I understand that the condensing Temp is the product of the condensing medium(ambient) + the Delta T across the heat transfer surfaces .
But is it a case of the Pressure having to build up first and therefore the Temp , to a satisfactory temperature difference so that the refrigerant condenses?
And if the ambient was to rise or fall would this change the rate of heat transfer ? as the condensing temp(saturation) would alter too , so wouldnt the TD be the same and the rate of transfer be the same ?

I am basically trying to understand the effect it has in the condensor, would appreciate anyones input

Thanks .

The condensing temp/ambient relationship is simple... it works basically the same for evaporators and condensers. Heat moves from warmer to colder. If the warm thing is 1 degree warmer than the cold thing, it will move at a certain rate. If the warm thing is 2 degrees warmer than the cold thing, it goes twice as fast... and on and on. Simplistic, yes... but a great basic way to look at heat transfer.

Condenser TD's, for example. If you have a condenser sized for a 20 deg TD to achieve 20,000 btu'hr rejection, you double its size or double its airflow and achieve the same heat transfer with only a 10 deg TD... Thus lowering the saturated condensing temperature by 10 degrees. You could also double the airflow and reduce the size of the condenser by half and maintain the same duty.

In a practical sense,you will find that medium temperature condensers will be sized for a higher TD than low temperature condensers. There is a certain arbitrariness to this custom, but also a certain sense to it.

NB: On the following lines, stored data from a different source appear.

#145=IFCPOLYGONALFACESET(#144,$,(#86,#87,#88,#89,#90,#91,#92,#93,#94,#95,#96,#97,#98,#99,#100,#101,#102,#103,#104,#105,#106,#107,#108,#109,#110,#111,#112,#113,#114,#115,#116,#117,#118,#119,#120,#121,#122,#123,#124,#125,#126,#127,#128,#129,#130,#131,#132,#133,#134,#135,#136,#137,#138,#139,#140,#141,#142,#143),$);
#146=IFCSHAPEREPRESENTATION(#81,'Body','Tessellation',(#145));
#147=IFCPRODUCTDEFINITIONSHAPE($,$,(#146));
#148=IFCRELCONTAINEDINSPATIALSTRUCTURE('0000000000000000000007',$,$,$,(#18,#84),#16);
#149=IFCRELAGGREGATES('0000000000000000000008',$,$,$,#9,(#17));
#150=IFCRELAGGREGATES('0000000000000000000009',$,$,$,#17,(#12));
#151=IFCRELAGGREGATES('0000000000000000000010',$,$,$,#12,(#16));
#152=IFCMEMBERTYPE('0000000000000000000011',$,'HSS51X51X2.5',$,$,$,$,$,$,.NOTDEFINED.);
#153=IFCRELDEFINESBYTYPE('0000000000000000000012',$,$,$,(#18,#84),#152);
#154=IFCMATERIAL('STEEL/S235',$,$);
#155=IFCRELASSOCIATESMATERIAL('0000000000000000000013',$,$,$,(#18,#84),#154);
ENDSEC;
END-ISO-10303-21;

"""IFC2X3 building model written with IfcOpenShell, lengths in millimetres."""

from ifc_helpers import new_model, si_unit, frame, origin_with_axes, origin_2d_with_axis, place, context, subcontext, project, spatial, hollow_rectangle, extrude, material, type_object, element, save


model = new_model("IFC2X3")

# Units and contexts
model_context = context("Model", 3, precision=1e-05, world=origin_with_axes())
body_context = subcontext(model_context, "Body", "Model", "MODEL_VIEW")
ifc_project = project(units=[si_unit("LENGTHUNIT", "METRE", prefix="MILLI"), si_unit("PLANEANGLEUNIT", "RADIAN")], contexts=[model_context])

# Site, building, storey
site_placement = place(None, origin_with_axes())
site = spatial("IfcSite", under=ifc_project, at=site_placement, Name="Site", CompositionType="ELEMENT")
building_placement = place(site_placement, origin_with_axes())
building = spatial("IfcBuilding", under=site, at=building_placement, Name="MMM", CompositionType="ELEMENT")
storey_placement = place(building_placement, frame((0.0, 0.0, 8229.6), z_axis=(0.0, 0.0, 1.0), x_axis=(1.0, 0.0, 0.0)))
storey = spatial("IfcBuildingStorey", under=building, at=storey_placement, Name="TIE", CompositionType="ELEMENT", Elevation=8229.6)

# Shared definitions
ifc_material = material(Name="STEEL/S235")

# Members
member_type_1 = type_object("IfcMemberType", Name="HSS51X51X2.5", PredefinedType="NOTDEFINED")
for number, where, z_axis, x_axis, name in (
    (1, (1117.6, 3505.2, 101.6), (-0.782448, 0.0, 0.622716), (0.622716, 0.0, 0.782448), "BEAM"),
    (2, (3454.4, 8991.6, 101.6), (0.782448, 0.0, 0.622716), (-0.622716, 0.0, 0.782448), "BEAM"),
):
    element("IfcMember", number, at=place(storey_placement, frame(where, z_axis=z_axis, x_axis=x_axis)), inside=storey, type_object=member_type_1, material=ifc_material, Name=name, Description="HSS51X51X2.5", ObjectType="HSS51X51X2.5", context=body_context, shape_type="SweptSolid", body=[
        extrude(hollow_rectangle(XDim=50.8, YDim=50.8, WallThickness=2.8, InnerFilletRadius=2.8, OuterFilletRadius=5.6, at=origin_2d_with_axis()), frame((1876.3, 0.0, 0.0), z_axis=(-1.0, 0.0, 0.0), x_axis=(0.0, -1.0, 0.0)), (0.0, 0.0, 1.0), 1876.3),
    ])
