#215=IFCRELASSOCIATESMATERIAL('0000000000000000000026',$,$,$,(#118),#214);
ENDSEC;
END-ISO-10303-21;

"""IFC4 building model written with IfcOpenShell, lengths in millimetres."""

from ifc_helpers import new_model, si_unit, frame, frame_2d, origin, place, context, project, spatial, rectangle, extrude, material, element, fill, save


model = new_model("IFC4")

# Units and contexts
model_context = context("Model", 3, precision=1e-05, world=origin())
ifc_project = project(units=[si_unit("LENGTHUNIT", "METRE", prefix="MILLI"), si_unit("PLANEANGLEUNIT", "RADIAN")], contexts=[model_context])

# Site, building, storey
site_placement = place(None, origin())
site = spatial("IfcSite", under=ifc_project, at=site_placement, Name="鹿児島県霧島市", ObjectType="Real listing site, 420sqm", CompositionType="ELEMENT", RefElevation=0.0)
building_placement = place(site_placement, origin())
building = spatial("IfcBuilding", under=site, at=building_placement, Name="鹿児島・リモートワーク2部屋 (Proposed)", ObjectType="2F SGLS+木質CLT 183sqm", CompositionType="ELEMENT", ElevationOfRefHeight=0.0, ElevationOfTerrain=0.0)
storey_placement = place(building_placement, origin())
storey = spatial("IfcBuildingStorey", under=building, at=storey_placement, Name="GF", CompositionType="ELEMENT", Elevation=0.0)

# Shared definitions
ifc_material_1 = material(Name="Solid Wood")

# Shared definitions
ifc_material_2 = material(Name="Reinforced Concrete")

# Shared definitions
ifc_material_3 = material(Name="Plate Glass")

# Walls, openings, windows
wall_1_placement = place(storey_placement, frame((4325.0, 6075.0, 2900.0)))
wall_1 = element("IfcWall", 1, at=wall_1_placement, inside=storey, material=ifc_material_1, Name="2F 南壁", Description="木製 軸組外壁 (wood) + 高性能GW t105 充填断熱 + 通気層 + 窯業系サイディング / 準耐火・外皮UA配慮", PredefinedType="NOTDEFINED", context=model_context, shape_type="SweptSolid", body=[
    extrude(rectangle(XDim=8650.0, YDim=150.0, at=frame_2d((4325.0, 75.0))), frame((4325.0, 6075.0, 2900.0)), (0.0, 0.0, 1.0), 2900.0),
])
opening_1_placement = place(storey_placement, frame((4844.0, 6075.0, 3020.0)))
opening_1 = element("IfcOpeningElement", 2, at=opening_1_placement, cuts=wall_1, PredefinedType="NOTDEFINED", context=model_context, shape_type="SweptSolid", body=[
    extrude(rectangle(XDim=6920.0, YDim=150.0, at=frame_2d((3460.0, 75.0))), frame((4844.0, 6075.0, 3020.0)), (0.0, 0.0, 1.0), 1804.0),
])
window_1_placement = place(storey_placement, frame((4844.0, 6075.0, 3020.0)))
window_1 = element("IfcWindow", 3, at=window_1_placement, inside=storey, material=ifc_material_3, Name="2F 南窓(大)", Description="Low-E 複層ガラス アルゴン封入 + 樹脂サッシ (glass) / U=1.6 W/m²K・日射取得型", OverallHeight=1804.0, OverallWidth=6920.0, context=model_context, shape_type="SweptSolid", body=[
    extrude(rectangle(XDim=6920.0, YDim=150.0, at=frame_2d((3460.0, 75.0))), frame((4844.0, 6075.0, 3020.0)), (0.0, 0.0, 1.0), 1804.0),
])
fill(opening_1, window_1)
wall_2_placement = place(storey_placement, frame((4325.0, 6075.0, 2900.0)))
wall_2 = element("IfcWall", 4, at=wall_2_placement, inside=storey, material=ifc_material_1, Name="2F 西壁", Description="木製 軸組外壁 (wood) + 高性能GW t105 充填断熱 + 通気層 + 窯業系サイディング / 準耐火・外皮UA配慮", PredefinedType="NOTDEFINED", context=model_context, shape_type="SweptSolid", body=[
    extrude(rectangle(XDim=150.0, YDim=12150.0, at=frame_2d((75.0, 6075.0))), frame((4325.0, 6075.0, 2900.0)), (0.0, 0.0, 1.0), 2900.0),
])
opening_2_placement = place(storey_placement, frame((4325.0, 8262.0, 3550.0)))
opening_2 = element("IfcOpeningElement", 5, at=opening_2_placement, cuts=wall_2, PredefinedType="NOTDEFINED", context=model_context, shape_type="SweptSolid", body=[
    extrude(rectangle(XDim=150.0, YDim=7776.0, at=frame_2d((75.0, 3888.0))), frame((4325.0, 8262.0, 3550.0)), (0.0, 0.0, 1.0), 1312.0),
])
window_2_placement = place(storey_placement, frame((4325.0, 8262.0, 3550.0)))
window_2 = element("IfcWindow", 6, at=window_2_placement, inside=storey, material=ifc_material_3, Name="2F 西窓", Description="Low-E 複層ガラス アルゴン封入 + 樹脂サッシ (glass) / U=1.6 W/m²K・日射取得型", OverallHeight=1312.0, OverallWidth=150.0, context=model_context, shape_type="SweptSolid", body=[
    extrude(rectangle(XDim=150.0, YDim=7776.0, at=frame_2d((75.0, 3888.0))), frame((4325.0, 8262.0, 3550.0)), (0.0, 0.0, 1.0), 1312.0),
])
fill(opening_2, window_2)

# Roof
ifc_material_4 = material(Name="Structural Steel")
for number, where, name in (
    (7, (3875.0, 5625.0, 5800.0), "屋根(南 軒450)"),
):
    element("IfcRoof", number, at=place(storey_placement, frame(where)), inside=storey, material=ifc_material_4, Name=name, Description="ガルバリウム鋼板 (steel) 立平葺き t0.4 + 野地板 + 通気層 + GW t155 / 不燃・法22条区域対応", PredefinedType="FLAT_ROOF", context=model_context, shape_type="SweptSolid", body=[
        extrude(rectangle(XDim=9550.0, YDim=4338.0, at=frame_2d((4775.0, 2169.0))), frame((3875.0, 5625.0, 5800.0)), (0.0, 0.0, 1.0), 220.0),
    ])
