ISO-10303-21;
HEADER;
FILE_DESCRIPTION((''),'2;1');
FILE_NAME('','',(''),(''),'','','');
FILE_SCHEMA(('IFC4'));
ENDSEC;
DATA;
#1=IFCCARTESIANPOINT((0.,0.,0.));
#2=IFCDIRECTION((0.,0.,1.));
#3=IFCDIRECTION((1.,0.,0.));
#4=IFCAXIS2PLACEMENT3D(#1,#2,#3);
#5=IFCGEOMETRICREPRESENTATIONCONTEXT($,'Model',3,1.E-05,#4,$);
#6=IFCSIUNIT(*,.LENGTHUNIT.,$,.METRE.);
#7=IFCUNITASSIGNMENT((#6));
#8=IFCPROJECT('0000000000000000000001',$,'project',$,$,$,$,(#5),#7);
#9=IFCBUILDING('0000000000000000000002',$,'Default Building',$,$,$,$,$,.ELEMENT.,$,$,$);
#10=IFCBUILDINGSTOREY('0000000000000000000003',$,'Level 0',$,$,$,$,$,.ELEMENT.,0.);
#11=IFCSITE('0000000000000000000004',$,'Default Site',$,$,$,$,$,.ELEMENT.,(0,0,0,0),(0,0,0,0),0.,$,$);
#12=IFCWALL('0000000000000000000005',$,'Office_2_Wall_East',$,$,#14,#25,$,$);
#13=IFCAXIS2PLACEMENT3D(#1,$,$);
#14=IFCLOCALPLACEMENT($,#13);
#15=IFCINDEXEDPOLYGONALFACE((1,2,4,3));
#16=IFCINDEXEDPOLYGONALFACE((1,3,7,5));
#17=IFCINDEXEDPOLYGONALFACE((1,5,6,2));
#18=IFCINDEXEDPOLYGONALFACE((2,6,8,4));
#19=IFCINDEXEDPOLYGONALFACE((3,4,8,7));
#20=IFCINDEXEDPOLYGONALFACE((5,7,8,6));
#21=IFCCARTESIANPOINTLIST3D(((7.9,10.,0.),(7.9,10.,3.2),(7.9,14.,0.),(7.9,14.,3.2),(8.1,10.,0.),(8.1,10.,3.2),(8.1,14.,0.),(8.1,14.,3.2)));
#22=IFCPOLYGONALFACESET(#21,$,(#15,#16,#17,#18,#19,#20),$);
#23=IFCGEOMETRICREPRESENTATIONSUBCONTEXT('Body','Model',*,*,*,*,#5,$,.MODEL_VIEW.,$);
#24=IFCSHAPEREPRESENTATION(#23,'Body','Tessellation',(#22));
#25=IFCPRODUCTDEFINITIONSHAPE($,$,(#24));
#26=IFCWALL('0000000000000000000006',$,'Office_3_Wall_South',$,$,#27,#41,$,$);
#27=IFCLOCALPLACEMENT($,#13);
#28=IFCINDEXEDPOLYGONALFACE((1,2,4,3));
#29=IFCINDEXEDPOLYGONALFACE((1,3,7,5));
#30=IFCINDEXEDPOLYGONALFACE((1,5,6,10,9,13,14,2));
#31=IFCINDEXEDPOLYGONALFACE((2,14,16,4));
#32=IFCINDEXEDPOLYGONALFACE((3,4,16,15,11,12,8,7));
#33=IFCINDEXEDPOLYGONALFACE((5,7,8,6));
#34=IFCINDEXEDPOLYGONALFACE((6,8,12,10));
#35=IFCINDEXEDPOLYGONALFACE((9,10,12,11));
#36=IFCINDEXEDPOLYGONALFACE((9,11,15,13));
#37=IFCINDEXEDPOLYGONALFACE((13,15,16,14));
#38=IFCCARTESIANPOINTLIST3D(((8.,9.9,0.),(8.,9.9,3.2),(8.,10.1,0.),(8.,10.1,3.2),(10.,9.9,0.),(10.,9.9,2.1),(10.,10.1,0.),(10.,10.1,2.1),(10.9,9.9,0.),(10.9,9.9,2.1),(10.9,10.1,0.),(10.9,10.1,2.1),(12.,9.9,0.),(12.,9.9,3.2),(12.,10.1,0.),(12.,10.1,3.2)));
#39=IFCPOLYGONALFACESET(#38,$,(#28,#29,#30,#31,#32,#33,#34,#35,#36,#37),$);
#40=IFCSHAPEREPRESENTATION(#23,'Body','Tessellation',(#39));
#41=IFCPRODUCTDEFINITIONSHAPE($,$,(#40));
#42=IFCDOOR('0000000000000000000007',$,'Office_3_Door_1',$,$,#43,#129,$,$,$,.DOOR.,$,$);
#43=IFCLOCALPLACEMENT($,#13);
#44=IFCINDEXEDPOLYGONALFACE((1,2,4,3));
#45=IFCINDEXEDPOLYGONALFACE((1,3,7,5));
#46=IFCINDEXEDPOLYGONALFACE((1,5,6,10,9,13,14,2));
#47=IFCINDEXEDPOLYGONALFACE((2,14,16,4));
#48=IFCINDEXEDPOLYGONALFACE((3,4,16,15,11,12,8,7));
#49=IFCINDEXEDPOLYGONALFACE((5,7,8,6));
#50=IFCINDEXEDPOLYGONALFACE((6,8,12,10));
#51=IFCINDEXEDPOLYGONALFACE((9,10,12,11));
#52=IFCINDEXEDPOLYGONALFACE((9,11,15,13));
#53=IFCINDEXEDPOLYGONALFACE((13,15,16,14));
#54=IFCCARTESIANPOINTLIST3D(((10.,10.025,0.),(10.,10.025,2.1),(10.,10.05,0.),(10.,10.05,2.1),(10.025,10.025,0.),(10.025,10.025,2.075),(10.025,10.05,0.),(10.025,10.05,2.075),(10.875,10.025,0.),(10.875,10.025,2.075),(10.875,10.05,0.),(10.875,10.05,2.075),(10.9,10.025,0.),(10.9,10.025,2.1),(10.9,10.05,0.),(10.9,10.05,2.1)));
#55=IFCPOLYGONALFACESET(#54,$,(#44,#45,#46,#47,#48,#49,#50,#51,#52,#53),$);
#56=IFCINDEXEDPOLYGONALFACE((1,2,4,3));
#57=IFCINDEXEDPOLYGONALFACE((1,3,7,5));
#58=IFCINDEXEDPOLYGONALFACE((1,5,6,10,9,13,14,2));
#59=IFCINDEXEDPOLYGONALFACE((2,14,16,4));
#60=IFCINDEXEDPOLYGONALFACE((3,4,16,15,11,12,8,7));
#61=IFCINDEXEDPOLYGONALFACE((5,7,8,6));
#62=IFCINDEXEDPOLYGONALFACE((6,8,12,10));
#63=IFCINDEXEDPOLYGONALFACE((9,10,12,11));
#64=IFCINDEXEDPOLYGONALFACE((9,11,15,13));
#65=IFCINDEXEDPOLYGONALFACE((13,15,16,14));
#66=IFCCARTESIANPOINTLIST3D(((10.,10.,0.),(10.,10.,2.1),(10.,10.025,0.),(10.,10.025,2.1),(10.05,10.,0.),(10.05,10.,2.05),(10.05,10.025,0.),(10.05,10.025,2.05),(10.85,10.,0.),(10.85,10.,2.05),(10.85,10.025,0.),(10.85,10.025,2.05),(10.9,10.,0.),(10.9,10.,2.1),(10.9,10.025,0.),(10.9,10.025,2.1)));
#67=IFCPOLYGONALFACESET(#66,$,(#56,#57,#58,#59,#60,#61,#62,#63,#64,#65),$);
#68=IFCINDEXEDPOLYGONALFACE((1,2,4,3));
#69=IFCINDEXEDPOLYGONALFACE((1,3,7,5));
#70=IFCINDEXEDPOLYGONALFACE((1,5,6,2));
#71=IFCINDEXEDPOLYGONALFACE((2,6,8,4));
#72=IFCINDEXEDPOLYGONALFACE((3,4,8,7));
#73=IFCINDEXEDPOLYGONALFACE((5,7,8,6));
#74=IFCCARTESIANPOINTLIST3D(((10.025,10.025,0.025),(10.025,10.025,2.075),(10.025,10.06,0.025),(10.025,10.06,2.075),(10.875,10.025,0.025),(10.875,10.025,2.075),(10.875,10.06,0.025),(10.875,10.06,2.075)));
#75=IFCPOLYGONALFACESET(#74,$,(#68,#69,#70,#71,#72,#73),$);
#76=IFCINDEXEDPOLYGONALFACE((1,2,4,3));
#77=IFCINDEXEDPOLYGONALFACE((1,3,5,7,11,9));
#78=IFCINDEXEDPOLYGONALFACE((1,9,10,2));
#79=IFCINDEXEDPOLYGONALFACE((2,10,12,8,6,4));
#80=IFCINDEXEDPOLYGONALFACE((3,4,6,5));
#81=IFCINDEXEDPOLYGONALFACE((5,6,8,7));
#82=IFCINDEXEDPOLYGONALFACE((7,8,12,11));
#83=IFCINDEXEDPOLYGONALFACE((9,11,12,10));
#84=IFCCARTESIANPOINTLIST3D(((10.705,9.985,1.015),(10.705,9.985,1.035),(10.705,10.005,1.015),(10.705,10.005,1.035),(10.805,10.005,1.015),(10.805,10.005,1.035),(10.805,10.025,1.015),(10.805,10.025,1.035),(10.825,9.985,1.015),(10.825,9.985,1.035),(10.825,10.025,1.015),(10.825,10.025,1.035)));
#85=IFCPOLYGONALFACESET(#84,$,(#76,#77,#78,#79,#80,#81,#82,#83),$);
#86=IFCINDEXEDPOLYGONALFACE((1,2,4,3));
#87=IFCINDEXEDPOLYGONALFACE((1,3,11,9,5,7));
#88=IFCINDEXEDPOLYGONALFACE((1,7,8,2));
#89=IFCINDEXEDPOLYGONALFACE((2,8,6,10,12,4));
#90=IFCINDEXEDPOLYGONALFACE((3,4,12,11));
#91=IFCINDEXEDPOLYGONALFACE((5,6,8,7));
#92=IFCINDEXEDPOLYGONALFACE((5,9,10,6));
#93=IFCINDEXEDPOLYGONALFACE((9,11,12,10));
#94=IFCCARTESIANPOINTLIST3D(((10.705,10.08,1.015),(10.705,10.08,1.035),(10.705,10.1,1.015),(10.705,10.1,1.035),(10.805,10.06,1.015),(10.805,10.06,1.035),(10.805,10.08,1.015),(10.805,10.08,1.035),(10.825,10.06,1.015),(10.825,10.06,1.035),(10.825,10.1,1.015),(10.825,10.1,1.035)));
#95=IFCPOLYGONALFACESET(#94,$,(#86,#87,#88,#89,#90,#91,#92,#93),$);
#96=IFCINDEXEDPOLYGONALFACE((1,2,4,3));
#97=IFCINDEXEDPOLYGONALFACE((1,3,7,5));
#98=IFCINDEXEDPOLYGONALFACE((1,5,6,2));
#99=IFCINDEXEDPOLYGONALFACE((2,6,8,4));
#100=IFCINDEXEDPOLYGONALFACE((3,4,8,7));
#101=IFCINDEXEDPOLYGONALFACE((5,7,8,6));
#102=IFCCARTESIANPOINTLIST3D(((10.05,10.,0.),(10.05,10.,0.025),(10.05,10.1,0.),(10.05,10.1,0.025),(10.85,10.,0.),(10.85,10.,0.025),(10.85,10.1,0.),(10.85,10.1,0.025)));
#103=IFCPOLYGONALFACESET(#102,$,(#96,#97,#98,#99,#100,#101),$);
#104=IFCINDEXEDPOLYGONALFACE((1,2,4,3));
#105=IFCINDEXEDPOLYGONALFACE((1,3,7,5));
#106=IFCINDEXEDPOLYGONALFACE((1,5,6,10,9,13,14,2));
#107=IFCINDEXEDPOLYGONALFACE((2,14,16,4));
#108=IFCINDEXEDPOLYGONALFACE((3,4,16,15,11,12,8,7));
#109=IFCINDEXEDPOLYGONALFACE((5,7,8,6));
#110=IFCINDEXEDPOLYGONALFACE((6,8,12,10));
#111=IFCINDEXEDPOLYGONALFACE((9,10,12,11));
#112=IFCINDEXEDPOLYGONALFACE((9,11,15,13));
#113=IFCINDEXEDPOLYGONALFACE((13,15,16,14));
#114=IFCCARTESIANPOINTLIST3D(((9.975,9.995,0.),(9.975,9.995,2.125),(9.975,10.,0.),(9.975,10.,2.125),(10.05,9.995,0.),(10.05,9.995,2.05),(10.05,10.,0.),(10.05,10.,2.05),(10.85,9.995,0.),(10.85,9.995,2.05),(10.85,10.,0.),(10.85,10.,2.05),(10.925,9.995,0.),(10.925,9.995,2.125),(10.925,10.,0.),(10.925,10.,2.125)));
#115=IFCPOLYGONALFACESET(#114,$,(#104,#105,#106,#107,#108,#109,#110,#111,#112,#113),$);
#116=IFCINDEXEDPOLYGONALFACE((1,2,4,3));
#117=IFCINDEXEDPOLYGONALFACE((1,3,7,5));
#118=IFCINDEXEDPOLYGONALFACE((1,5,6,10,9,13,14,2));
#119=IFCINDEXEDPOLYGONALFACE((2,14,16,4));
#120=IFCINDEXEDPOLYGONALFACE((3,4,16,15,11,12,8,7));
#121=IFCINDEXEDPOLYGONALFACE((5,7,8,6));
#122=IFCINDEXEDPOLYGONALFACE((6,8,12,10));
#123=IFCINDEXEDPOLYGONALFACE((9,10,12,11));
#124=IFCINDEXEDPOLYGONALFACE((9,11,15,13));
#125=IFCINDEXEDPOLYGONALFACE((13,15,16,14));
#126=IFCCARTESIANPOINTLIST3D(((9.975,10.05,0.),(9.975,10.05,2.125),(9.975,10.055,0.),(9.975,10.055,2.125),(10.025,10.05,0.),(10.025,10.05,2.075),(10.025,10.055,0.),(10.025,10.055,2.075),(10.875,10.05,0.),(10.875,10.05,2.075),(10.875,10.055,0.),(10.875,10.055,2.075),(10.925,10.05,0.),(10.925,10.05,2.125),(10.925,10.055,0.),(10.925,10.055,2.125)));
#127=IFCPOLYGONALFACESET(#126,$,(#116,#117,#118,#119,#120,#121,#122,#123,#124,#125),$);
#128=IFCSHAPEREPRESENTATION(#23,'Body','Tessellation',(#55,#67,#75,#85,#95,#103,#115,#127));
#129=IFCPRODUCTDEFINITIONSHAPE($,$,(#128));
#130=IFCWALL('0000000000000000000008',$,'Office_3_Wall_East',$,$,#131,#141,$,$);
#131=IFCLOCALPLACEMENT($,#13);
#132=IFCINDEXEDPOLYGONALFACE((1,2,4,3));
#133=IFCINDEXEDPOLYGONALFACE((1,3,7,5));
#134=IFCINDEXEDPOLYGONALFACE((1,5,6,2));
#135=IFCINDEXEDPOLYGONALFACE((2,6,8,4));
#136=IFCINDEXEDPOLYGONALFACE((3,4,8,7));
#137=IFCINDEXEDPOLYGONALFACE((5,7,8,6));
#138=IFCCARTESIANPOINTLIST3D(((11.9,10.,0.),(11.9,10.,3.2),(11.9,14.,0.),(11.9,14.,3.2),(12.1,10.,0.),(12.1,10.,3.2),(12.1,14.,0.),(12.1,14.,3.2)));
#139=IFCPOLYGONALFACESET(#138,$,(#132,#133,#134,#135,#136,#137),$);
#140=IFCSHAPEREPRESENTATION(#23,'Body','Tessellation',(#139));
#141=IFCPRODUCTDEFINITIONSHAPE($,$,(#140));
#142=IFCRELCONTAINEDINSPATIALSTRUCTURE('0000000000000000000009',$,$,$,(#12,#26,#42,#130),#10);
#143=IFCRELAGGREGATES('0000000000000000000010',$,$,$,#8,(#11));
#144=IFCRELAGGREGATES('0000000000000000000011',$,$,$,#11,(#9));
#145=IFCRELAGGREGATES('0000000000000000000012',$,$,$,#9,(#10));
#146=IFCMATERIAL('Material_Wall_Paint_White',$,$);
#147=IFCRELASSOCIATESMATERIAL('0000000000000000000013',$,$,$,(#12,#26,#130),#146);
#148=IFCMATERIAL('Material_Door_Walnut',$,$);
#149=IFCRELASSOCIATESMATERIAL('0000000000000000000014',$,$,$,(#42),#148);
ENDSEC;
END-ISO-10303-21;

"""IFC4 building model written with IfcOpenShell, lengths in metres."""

from ifc_helpers import new_model, si_unit, frame, origin_with_axes, place, context, subcontext, project, spatial, line, indexed_curve, outline, extrude, material, element, fill, save


model = new_model("IFC4")

# Units and contexts
model_context = context("Model", 3, precision=1e-05, world=origin_with_axes())
body_context = subcontext(model_context, "Body", "Model", "MODEL_VIEW")
ifc_project = project(units=[si_unit("LENGTHUNIT", "METRE")], contexts=[model_context])

# Site, building, storey
site = spatial("IfcSite", under=ifc_project, Name="Default Site", CompositionType="ELEMENT", RefLatitude=(0, 0, 0, 0), RefLongitude=(0, 0, 0, 0), RefElevation=0.0)
building = spatial("IfcBuilding", under=site, Name="Default Building", CompositionType="ELEMENT")
storey = spatial("IfcBuildingStorey", under=building, Name="Level 0", CompositionType="ELEMENT", Elevation=0.0)

# Shared definitions
ifc_material_1 = material(Name="Material_Wall_Paint_White")

# Shared definitions
ifc_material_2 = material(Name="Material_Door_Walnut")

# Wall
wall_1_placement = place(None, frame((8.0, 10.0, 0.0), z_axis=(0.0, 0.0, 1.0), x_axis=(0.0, 1.0, 0.0)))
element("IfcWall", 1, at=wall_1_placement, inside=storey, material=ifc_material_1, Name="Office_2_Wall_East", context=body_context, shape_type="SweptSolid", body=[
    extrude(outline(indexed_curve([(0.0, 0.0), (0.0, 0.2), (4.0, 0.2), (4.0, 0.0), (0.0, 0.0)], self_intersect=False)), frame((0.0, -0.1, 0.0), z_axis=(0.0, 0.0, 1.0), x_axis=(1.0, 0.0, 0.0)), (0.0, 0.0, 1.0), 3.2),
])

A condenser sized to do 20,000 btu/hr rejection at 20 degrees TD (typical air conditioning TD) will be half the size of a condenser sized to do 20,000 btu/hr rejection at 10 deg TD (typical low temperature TD). Half the cost, too.

But the difference between operating at a 120 deg condensing temperature compared to operating at a 110 deg condensing temperature is not a large power penalty at the lower compressor ratios of an a/c unit, yet is considerably more significant at the high compressor ratios of low temperature duty.

Argumentum adsurdum: You can maintain a freezer with a tiny heat exchanger operating 1000 deg TD and it could be the size of a marble with a really good blower, or you could maintain the same freezer with walls wrapped around pipe at 1/2 a deg TD.

The thing to keep in mind, is that TD translates into a higher condensing temperature relative to ambient in the condensing stages, and translates into a lower evaporating temperature relative to refrigerated space in the refrigerating stages.

In either case, larger TD's get more done with less surface(initial cost), but expend more energy to get the job done(operating cost.)